◆ YOUR TASK:
Return exactly the span of lines in the following data that opens with the line containing "#90=IFCINDEXEDPOLYGONALFACE((1,5,6,2));" and closes with the line containing "END-ISO-10303-21;". Include nothing else.

◆ AVAILABLE DATA:
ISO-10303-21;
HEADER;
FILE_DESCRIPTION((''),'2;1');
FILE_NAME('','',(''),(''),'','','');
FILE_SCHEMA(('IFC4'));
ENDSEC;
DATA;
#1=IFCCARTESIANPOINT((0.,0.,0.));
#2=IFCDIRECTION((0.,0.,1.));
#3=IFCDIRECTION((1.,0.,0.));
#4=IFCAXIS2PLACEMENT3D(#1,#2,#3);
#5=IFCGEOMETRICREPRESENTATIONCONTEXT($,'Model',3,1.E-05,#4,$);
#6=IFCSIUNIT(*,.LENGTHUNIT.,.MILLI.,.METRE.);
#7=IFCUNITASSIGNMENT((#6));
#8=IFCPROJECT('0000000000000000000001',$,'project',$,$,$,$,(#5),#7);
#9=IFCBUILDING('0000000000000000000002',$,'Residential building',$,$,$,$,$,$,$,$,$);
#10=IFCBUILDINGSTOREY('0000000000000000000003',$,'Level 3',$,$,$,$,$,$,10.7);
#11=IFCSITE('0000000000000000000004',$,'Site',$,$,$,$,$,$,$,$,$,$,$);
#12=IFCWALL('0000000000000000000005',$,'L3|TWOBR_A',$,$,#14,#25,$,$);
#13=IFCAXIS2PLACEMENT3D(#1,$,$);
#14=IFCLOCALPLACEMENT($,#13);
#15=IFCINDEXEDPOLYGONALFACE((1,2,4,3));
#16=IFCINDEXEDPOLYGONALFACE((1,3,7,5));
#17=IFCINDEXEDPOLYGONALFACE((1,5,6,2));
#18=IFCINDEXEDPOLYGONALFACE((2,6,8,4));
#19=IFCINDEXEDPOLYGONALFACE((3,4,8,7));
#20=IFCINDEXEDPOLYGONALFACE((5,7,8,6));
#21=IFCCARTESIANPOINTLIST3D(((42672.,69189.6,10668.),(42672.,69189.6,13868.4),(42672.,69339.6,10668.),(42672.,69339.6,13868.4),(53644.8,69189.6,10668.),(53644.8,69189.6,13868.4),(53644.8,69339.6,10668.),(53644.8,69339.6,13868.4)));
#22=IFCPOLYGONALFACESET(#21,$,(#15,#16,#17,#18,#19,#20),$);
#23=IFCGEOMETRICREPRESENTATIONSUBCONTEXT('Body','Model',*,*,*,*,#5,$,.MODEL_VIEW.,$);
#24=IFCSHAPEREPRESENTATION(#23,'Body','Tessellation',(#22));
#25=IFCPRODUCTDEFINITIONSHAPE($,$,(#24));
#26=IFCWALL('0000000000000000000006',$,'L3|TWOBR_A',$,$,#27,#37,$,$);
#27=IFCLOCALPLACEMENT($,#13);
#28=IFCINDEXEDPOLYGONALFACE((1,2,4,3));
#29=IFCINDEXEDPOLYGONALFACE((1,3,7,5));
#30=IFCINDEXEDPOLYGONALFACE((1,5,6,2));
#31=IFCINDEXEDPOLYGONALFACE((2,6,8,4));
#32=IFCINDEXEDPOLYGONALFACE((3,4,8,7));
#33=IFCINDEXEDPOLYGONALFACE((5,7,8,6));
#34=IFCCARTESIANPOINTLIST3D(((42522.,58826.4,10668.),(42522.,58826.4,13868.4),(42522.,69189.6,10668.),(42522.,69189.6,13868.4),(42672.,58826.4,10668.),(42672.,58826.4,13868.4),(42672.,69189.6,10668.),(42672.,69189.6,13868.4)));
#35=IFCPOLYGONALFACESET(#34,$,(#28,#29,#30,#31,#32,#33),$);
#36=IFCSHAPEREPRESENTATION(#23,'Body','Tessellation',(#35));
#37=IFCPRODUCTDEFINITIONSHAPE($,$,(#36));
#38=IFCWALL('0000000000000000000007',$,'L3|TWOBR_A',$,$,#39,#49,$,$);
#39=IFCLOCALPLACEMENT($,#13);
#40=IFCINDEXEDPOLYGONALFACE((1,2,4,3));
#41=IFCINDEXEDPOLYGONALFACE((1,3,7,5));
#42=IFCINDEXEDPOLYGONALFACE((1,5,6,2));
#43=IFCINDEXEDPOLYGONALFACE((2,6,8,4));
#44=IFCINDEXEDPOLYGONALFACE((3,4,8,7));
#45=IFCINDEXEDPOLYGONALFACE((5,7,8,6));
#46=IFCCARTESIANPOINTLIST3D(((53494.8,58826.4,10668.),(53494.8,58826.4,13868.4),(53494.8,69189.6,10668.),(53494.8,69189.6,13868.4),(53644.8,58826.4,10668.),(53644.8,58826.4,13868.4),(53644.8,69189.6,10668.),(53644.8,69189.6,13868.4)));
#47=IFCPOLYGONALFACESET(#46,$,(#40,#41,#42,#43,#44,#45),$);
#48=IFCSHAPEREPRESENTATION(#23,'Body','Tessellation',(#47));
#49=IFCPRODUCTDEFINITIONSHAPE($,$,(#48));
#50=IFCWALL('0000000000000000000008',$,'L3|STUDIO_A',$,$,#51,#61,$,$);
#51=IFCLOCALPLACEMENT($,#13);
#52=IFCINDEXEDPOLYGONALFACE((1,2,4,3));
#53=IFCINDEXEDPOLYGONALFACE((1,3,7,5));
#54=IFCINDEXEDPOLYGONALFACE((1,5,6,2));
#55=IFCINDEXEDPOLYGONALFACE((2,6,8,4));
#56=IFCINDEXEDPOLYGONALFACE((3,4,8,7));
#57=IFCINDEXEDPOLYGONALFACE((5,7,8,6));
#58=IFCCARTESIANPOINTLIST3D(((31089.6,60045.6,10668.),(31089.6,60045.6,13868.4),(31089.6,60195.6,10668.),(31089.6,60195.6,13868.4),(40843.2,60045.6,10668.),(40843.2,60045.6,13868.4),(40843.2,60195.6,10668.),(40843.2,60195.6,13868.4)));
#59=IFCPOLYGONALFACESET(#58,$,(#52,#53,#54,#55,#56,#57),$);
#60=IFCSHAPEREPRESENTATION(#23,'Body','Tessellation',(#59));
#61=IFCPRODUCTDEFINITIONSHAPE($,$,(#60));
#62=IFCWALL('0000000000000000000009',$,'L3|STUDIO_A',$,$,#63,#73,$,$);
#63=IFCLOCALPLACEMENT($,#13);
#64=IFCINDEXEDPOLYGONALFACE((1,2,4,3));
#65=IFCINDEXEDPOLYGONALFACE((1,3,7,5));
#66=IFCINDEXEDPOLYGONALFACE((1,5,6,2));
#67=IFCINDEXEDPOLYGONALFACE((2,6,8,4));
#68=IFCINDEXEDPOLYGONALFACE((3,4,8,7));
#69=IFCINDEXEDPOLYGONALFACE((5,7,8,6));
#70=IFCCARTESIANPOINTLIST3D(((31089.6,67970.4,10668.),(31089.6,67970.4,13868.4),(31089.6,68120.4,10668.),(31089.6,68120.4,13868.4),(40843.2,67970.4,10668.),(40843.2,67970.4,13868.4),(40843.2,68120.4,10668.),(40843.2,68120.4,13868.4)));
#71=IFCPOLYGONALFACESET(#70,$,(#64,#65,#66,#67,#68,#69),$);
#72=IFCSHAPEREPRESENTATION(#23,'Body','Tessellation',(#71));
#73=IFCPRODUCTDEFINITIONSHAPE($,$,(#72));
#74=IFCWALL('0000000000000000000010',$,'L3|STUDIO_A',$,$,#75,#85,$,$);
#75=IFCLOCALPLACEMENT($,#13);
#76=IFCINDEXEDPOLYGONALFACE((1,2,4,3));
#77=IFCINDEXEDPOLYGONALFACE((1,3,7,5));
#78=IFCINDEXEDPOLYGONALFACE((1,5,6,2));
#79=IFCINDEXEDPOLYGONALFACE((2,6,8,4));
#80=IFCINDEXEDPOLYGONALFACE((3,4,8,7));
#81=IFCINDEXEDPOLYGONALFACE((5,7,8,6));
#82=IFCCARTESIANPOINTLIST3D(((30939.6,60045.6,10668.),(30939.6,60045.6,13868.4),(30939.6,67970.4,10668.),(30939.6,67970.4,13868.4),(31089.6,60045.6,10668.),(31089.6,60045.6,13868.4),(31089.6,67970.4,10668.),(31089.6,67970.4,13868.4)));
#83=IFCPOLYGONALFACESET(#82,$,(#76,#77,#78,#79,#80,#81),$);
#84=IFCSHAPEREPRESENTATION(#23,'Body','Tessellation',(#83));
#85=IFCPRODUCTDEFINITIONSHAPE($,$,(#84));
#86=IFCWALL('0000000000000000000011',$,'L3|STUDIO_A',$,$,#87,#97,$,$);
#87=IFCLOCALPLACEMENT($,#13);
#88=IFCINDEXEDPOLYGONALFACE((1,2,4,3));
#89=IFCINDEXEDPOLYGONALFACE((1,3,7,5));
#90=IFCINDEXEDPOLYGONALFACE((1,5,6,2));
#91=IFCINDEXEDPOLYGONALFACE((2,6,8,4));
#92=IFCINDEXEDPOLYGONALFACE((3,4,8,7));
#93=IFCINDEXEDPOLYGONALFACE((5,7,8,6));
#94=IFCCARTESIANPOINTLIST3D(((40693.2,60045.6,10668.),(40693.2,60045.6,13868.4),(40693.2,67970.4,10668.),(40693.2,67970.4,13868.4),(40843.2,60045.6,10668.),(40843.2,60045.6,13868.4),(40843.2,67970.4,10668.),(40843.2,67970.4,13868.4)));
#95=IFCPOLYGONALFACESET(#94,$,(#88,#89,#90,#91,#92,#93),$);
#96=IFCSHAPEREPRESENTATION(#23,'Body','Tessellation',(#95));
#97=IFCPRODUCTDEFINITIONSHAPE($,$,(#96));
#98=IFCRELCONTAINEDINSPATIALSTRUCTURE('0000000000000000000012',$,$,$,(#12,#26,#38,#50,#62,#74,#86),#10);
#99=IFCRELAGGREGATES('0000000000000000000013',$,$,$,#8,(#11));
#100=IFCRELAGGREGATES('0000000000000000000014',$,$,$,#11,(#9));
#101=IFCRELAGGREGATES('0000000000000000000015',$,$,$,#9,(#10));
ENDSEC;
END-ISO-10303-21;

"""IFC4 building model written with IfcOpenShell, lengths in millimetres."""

from ifc_helpers import new_model, si_unit, frame, origin_with_axes, place, context, subcontext, project, spatial, indexed_curve, outline, extrude, element, save


model = new_model("IFC4")

# Units and contexts
model_context = context("Model", 3, precision=1e-05, world=origin_with_axes())
body_context = subcontext(model_context, "Body", "Model", "MODEL_VIEW")
ifc_project = project(units=[si_unit("LENGTHUNIT", "METRE", prefix="MILLI")], contexts=[model_context])

# Site, building, storey
site = spatial("IfcSite", under=ifc_project, Name="Site")
building = spatial("IfcBuilding", under=site, Name="Residential building")
storey = spatial("IfcBuildingStorey", under=building, Name="Level 3", Elevation=10.7)

# Walls
for number, where, z_axis, x_axis, name in (
    (1, (42672.0, 69189.6, 10668.0), (0.0, 0.0, 1.0), (1.0, 0.0, 0.0), "L3|TWOBR_A"),
):
    element("IfcWall", number, at=place(None, frame(where, z_axis=z_axis, x_axis=x_axis)), inside=storey, Name=name, context=body_context, shape_type="SweptSolid", body=[
        extrude(outline(indexed_curve([(0.0, 0.0), (0.0, 150.0), (10972.8, 150.0), (10972.8, 0.0), (0.0, 0.0)], self_intersect=False)), origin_with_axes(), (0.0, 0.0, 1.0), 3200.4),
    ])
for number, where, z_axis, x_axis, name in (
    (2, (42672.0, 58826.4, 10668.0), (0.0, 0.0, 1.0), (0.0, 1.0, 0.0), "L3|TWOBR_A"),
    (3, (53644.8, 58826.4, 10668.0), (0.0, 0.0, 1.0), (0.0, 1.0, 0.0), "L3|TWOBR_A"),
):
    element("IfcWall", number, at=place(None, frame(where, z_axis=z_axis, x_axis=x_axis)), inside=storey, Name=name, context=body_context, shape_type="SweptSolid", body=[
        extrude(outline(indexed_curve([(0.0, 0.0), (0.0, 150.0), (10363.2, 150.0), (10363.2, 0.0), (0.0, 0.0)], self_intersect=False)), origin_with_axes(), (0.0, 0.0, 1.0), 3200.4),
    ])
for number, where, z_axis, x_axis, name in (
    (4, (31089.6, 60045.6, 10668.0), (0.0, 0.0, 1.0), (1.0, 0.0, 0.0), "L3|STUDIO_A"),
    (5, (31089.6, 67970.4, 10668.0), (0.0, 0.0, 1.0), (1.0, 0.0, 0.0), "L3|STUDIO_A"),
):
    element("IfcWall", number, at=place(None, frame(where, z_axis=z_axis, x_axis=x_axis)), inside=storey, Name=name, context=body_context, shape_type="SweptSolid", body=[
        extrude(outline(indexed_curve([(0.0, 0.0), (0.0, 150.0), (9753.6, 150.0), (9753.6, 0.0), (0.0, 0.0)], self_intersect=False)), origin_with_axes(), (0.0, 0.0, 1.0), 3200.4),
    ])
for number, where, z_axis, x_axis, name in (
    (6, (31089.6, 60045.6, 10668.0), (0.0, 0.0, 1.0), (0.0, 1.0, 0.0), "L3|STUDIO_A"),
    (7, (40843.2, 60045.6, 10668.0), (0.0, 0.0, 1.0), (0.0, 1.0, 0.0), "L3|STUDIO_A"),
):
    element("IfcWall", number, at=place(None, frame(where, z_axis=z_axis, x_axis=x_axis)), inside=storey, Name=name, context=body_context, shape_type="SweptSolid", body=[
        extrude(outline(indexed_curve([(0.0, 0.0), (0.0, 150.0), (7924.8, 150.0), (7924.8, 0.0), (0.0, 0.0)], self_intersect=False)), origin_with_axes(), (0.0, 0.0, 1.0), 3200.4),
    ])

save(model, "model.ifc")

◆ RESULT:
#90=IFCINDEXEDPOLYGONALFACE((1,5,6,2));
#91=IFCINDEXEDPOLYGONALFACE((2,6,8,4));
#92=IFCINDEXEDPOLYGONALFACE((3,4,8,7));
#93=IFCINDEXEDPOLYGONALFACE((5,7,8,6));
#94=IFCCARTESIANPOINTLIST3D(((40693.2,60045.6,10668.),(40693.2,60045.6,13868.4),(40693.2,67970.4,10668.),(40693.2,67970.4,13868.4),(40843.2,60045.6,10668.),(40843.2,60045.6,13868.4),(40843.2,67970.4,10668.),(40843.2,67970.4,13868.4)));
#95=IFCPOLYGONALFACESET(#94,$,(#88,#89,#90,#91,#92,#93),$);
#96=IFCSHAPEREPRESENTATION(#23,'Body','Tessellation',(#95));
#97=IFCPRODUCTDEFINITIONSHAPE($,$,(#96));
#98=IFCRELCONTAINEDINSPATIALSTRUCTURE('0000000000000000000012',$,$,$,(#12,#26,#38,#50,#62,#74,#86),#10);
#99=IFCRELAGGREGATES('0000000000000000000013',$,$,$,#8,(#11));
#100=IFCRELAGGREGATES('0000000000000000000014',$,$,$,#11,(#9));
#101=IFCRELAGGREGATES('0000000000000000000015',$,$,$,#9,(#10));
ENDSEC;
END-ISO-10303-21;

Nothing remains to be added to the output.